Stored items
###
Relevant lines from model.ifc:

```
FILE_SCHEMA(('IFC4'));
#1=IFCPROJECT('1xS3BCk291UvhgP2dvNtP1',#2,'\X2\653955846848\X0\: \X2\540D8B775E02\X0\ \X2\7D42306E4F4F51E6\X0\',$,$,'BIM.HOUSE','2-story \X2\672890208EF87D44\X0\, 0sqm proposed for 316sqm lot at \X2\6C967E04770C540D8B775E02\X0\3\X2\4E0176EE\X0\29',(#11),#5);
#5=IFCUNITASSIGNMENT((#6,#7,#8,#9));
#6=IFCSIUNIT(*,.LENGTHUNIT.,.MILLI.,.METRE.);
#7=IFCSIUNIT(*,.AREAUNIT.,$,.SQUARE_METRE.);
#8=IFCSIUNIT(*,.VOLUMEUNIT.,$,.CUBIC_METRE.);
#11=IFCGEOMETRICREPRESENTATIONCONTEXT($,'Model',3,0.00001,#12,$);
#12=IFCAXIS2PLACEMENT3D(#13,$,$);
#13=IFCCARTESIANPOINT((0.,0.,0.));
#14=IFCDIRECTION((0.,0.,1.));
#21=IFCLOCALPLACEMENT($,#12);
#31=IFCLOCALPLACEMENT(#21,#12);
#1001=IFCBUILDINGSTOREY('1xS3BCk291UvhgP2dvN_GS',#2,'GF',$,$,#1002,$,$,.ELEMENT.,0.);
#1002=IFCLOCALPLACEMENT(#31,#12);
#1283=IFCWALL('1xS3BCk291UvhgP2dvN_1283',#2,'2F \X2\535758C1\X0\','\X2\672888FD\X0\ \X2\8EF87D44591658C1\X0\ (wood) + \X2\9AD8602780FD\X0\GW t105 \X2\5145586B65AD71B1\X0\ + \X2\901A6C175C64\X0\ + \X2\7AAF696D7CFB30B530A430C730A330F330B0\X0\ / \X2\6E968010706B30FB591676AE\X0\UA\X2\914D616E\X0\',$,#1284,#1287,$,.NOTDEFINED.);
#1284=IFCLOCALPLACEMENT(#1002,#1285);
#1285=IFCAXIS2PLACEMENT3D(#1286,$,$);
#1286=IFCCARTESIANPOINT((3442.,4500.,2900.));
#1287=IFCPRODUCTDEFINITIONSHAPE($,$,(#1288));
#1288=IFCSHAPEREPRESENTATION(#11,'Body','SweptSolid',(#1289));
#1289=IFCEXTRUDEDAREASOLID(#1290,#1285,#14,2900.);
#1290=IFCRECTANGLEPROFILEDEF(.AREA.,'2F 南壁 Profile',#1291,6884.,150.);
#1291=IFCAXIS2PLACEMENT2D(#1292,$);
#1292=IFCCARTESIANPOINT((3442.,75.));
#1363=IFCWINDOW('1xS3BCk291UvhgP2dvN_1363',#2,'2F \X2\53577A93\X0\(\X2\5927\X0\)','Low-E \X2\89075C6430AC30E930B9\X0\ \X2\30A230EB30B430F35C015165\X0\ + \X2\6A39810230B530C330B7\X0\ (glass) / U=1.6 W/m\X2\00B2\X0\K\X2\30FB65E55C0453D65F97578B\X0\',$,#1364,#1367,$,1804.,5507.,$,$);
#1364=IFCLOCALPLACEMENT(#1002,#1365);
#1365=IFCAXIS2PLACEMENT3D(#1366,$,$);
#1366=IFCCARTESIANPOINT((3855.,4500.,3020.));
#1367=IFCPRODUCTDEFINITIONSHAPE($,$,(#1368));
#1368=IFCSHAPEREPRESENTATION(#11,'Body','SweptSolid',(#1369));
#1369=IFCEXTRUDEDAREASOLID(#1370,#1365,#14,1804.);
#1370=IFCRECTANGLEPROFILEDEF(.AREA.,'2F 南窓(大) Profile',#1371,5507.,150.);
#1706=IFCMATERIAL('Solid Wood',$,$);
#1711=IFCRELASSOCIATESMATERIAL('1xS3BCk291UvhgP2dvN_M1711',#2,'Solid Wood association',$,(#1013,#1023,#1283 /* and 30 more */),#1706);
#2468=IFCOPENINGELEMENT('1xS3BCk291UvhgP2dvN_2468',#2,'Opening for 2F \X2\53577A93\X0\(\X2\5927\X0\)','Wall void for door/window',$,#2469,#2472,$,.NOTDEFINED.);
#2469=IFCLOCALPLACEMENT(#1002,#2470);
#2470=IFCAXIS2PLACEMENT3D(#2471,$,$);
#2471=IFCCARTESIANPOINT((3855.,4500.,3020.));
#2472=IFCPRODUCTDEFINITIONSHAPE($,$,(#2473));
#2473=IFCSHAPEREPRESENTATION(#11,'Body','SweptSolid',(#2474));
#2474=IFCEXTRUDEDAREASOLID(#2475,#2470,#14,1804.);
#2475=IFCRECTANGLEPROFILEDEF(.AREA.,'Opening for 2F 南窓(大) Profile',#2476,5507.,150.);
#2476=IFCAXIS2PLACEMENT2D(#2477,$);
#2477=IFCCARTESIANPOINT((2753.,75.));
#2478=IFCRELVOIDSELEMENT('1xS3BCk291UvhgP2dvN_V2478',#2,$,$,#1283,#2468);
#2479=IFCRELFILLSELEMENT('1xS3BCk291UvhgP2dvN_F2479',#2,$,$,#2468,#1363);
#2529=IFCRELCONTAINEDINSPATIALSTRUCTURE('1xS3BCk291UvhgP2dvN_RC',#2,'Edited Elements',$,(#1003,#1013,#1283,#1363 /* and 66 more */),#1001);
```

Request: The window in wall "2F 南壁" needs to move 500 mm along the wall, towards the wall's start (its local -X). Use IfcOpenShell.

```python
import ifcopenshell
import ifcopenshell.api.geometry
import ifcopenshell.util.placement
import ifcopenshell.util.unit

model = ifcopenshell.open("model.ifc")
unit_scale = ifcopenshell.util.unit.calculate_unit_scale(model)

window = model.by_id(1363)
opening = window.FillsVoids[0].RelatingOpeningElement
wall = opening.VoidsElements[0].RelatingBuildingElement

wall_matrix = ifcopenshell.util.placement.get_local_placement(wall.ObjectPlacement)
shift = wall_matrix[:3, 0] * -0.5 / unit_scale
before = ifcopenshell.util.placement.get_local_placement(window.ObjectPlacement)[:3, 3].copy()

# The window is not placed relative to its opening, so move both.
for product in (opening, window):
    matrix = ifcopenshell.util.placement.get_local_placement(product.ObjectPlacement)
    matrix[:3, 3] += shift
    ifcopenshell.api.geometry.edit_object_placement(model, product=product, matrix=matrix, is_si=False)

after = ifcopenshell.util.placement.get_local_placement(window.ObjectPlacement)[:3, 3]
print("window moved by", (after - before).round(3) + 0.0)

model.write("model_v2.ifc")
```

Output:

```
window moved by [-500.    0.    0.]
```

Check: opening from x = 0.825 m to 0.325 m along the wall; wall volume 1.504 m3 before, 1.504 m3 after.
###
**PROBLEM DESCRIPTION:** The answer must consist of every line from the records above that holds "NOTDEFINED".

**WRITTEN ANSWER:**
#1283=IFCWALL('1xS3BCk291UvhgP2dvN_1283',#2,'2F \X2\535758C1\X0\','\X2\672888FD\X0\ \X2\8EF87D44591658C1\X0\ (wood) + \X2\9AD8602780FD\X0\GW t105 \X2\5145586B65AD71B1\X0\ + \X2\901A6C175C64\X0\ + \X2\7AAF696D7CFB30B530A430C730A330F330B0\X0\ / \X2\6E968010706B30FB591676AE\X0\UA\X2\914D616E\X0\',$,#1284,#1287,$,.NOTDEFINED.);
#2468=IFCOPENINGELEMENT('1xS3BCk291UvhgP2dvN_2468',#2,'Opening for 2F \X2\53577A93\X0\(\X2\5927\X0\)','Wall void for door/window',$,#2469,#2472,$,.NOTDEFINED.);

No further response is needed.